# Kundalini awareness and Depersonalization



## Guest (May 25, 2010)

*Depersonalization is a side effect of Kundalini expereinces. Many may not even be aware that they are expereincing kundalini *: kundalini is defined as..Kundalini (kuṇḍalinī, Sanskrit: कुण्डलिनी) literally means coiled. In Indian yoga, a "corporeal energy"[1] - an unconscious, instinctive or libidinal force or Shakti, lies coiled at the base of the spine.[2][3][4] It is envisioned either as a goddess or else as a sleeping serpent hence a number of English renderings of the term such as 'serpent power'. The Kundalini resides in the sacrum bone in three and a half coils and has been described as a residual power of pure desire.[5]

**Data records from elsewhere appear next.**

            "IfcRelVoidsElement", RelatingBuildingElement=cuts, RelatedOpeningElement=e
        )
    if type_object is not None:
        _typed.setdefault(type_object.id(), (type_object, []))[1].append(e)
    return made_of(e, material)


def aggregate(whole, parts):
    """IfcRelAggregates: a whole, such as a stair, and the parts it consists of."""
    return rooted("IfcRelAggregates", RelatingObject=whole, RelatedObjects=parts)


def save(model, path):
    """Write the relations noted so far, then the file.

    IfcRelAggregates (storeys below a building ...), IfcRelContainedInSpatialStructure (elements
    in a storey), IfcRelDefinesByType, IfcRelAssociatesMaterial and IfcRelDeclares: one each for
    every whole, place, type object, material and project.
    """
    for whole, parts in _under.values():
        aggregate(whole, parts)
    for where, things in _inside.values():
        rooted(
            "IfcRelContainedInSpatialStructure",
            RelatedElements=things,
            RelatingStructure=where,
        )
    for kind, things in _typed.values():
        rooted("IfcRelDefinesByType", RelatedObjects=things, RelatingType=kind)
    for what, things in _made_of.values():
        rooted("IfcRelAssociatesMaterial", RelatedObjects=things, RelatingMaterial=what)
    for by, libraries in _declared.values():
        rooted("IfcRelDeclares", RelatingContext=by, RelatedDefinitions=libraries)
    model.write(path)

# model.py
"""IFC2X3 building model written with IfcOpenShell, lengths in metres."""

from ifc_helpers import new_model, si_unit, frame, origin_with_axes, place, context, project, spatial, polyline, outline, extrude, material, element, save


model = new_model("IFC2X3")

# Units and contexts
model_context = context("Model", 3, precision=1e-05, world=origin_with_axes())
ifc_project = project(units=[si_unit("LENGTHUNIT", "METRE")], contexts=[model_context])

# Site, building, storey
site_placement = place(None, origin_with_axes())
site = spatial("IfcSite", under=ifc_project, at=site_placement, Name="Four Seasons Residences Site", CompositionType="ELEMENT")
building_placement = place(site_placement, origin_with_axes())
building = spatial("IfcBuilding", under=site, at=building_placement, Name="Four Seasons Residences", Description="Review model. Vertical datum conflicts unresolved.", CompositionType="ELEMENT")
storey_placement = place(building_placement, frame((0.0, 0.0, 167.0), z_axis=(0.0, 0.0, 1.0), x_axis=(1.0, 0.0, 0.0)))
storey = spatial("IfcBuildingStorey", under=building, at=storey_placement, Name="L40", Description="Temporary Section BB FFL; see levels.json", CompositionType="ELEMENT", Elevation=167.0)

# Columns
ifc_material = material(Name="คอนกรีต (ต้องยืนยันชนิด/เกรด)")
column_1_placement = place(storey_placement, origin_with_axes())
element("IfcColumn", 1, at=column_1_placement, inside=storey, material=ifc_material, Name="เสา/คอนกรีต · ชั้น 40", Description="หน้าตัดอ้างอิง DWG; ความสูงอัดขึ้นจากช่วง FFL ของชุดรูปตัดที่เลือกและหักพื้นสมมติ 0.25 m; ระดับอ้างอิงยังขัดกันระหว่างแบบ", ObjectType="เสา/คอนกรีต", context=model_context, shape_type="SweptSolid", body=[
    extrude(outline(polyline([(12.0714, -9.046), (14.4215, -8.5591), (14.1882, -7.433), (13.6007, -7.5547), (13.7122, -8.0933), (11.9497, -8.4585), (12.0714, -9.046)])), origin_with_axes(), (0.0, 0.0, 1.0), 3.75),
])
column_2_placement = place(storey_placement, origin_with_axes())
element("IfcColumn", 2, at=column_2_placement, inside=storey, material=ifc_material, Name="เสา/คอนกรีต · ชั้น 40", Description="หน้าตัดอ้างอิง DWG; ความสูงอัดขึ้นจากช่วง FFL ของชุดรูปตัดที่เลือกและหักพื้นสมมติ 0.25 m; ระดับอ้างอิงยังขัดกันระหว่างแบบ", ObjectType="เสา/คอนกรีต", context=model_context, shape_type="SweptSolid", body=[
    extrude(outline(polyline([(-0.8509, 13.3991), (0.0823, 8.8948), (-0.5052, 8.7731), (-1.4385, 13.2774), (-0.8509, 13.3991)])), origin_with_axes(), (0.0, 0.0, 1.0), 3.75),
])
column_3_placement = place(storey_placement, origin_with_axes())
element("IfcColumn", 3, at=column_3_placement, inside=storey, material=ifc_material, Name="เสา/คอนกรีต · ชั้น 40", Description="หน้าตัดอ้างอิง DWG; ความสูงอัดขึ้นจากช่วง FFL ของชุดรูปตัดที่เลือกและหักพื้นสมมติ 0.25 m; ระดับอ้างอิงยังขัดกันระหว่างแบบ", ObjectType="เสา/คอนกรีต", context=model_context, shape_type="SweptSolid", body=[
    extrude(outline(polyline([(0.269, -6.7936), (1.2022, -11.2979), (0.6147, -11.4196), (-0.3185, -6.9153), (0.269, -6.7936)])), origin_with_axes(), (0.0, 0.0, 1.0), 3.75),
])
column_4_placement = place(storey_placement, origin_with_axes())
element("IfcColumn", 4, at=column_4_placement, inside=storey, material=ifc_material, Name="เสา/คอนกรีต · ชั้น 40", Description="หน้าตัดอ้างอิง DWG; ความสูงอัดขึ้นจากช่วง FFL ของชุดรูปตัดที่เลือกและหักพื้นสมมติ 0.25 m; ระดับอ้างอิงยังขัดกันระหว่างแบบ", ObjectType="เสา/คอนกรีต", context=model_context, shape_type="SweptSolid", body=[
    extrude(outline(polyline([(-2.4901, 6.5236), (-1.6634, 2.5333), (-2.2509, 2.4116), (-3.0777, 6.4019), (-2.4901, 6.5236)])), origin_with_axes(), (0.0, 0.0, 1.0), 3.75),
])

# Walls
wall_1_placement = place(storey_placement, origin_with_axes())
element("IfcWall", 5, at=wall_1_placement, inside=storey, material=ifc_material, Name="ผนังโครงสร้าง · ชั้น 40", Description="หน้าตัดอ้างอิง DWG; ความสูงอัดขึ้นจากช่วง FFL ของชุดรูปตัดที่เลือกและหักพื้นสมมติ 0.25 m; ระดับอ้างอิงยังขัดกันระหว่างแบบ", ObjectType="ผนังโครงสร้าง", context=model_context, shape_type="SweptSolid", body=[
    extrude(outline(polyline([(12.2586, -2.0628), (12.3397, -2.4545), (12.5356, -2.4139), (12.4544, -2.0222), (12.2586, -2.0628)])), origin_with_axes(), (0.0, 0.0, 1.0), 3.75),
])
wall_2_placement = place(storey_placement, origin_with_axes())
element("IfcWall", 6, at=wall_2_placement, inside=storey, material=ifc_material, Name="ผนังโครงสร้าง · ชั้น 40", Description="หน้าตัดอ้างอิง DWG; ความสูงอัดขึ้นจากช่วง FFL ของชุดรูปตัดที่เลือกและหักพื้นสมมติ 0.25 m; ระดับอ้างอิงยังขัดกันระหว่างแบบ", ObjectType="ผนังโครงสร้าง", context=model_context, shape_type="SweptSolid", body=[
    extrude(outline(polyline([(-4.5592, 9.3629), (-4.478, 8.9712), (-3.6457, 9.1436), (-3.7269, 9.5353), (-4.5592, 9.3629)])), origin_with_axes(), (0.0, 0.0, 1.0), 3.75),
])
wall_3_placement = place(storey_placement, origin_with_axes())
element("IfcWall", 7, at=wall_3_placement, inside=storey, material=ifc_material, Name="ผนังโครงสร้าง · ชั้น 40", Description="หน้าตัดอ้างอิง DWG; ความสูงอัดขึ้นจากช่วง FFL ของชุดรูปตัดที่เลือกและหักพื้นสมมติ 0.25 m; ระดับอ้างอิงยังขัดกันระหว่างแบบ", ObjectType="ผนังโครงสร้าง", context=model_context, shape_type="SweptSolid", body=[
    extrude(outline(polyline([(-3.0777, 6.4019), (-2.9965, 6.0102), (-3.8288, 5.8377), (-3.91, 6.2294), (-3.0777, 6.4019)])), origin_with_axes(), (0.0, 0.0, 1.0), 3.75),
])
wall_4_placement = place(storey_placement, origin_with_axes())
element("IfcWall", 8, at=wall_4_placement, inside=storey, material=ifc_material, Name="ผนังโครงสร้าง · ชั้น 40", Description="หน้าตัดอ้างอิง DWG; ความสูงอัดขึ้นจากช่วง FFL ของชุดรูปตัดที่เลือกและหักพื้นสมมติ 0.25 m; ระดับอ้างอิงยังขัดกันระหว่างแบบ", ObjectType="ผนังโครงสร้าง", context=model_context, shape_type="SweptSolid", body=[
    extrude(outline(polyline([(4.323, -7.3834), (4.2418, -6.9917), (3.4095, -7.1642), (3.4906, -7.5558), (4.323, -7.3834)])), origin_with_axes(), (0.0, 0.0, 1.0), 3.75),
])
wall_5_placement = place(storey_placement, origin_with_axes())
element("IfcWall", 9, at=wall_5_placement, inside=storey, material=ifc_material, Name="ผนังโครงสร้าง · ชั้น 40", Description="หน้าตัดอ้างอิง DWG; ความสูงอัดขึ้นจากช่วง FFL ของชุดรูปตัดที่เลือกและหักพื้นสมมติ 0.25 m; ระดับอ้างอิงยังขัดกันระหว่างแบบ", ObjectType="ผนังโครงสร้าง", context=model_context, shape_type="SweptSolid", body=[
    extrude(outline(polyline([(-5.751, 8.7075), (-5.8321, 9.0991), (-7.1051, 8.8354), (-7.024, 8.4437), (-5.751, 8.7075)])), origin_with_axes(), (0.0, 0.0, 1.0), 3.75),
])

The Yogatattva Upanishad mentions four kinds of yoga, of which laya-yoga involves Kundalini.[6]

Sri Ramana Maharshi maintained that the Kundalini energy is nothing but the natural energy of the Self, where Self is the universal consciousness (Paramatma) present in every being, and that the individual mind of thoughts cloaks this natural energy from unadulterated expression. Advaita teaches that Self-realization, enlightenment, God-consciousness, nirvana and Kundalini awakening are all the same thing, and self-inquiry meditation is considered a very natural and simple means of reaching this goal.[7]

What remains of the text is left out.